Regarding reproducibility, ICCs of the FAI, POPS and MSPP are similar [42, 46]. The ICCs of the POPS subscales vary considerably. The POPS authors suggest as an explanation that participation behaviours that are ‘not scheduled into an invariant behaviour’ may vary between measurements [42]. Likewise, we suggested true variability as an explanation for the differences between COPD and diabetes in reproducibility of the MSPP.

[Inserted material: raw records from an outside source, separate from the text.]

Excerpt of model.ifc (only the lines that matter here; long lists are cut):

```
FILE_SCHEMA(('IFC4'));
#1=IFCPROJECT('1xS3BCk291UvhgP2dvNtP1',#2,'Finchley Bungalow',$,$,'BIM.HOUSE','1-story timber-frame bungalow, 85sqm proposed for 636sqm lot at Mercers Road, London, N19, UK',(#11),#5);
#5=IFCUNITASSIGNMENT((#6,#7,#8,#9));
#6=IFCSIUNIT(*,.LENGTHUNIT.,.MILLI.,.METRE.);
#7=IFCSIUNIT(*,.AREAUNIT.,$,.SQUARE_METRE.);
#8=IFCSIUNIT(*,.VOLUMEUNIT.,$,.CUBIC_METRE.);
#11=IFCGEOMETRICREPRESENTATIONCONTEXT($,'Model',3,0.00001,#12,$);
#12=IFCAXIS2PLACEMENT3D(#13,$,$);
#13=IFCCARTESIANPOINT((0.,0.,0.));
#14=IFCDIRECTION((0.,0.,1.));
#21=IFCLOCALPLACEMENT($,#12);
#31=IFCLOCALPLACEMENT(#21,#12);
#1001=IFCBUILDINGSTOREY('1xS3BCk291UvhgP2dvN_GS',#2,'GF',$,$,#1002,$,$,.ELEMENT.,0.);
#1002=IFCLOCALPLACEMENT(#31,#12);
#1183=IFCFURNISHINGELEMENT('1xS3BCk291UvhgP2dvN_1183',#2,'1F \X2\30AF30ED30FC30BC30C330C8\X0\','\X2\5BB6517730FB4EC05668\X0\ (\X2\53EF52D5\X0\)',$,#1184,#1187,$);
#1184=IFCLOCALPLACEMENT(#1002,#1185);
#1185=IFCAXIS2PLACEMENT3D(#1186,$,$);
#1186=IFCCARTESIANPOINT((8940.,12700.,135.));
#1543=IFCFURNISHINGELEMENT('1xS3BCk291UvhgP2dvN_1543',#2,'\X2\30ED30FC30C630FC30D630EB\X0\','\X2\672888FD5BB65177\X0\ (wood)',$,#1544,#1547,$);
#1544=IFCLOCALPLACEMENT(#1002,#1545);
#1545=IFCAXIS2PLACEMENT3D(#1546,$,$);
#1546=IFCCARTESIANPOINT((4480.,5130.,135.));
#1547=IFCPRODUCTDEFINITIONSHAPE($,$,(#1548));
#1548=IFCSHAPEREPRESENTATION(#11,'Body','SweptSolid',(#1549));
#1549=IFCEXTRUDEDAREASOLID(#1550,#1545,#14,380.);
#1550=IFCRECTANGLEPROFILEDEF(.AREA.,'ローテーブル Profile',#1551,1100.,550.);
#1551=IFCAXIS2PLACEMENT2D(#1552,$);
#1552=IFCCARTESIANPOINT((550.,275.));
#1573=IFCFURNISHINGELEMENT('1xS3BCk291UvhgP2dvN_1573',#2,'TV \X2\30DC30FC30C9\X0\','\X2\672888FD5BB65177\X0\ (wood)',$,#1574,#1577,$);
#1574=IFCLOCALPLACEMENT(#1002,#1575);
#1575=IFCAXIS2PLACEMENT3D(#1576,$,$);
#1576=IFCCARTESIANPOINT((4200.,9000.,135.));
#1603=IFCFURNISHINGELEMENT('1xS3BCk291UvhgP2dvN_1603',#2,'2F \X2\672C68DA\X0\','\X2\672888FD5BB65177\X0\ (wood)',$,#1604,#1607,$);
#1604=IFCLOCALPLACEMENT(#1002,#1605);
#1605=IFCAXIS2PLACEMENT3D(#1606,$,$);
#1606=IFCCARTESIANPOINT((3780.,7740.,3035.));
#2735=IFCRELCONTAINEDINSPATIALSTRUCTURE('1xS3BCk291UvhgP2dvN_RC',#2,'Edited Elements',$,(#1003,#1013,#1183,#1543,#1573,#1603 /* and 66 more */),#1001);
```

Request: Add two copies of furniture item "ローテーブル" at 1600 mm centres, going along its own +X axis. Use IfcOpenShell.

```python
import ifcopenshell
import ifcopenshell.api.geometry
import ifcopenshell.api.root
import ifcopenshell.util.element
import ifcopenshell.util.placement
import ifcopenshell.util.unit

model = ifcopenshell.open("model.ifc")
unit_scale = ifcopenshell.util.unit.calculate_unit_scale(model)


def reuse_history(source, copy):
    """copy_class also copies each property set's owner history, people and application; keep the originals."""
    for rel in copy.IsDefinedBy:
        if rel.is_a("IfcRelDefinesByProperties") and (history := rel.RelatingPropertyDefinition.OwnerHistory):
            rel.RelatingPropertyDefinition.OwnerHistory = source.OwnerHistory
            ifcopenshell.util.element.remove_deep2(model, history)


source = model.by_id(1543)
base = ifcopenshell.util.placement.get_local_placement(source.ObjectPlacement)
step = base[:3, 0] * 1.6 / unit_scale

for i in range(1, 3):
    copy = ifcopenshell.api.root.copy_class(model, product=source)
    copy.Representation = ifcopenshell.util.element.copy_deep(
        model, source.Representation, exclude=["IfcGeometricRepresentationContext", "IfcRepresentationMap"]
    )
    reuse_history(source, copy)
    matrix = base.copy()
    matrix[:3, 3] += i * step
    print("added at", matrix[:3, 3].round(3) + 0.0)
    ifcopenshell.api.geometry.edit_object_placement(model, product=copy, matrix=matrix, is_si=False)

model.write("model_rev.ifc")
```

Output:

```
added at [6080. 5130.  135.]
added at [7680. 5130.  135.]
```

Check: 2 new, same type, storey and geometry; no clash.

Future research should try to establish the minimal change in MSPP scores deemed important by people with a chronic illness to facilitate the evaluation of reproducibility. This would also allow the assessment of responsiveness, which is important for evaluation purposes. Furthermore, the MSPP still needs to be tested in other patient groups. Since the items are not specific to people with COPD or diabetes, it might also be worthwhile to test the MSPP in a general population of older adults and to use it to compare healthy older adults with those with a chronic illness. Given the social participation behaviours it covers, the MSPP does not appear to be valid for use in younger age groups.

Although there are some unresolved issues, we conclude that the Maastricht Social Participation Profile is a measure for actual social participation by older adults with a chronic physical illness, which appears to have good validity and acceptable reproducibility for discrimination purposes.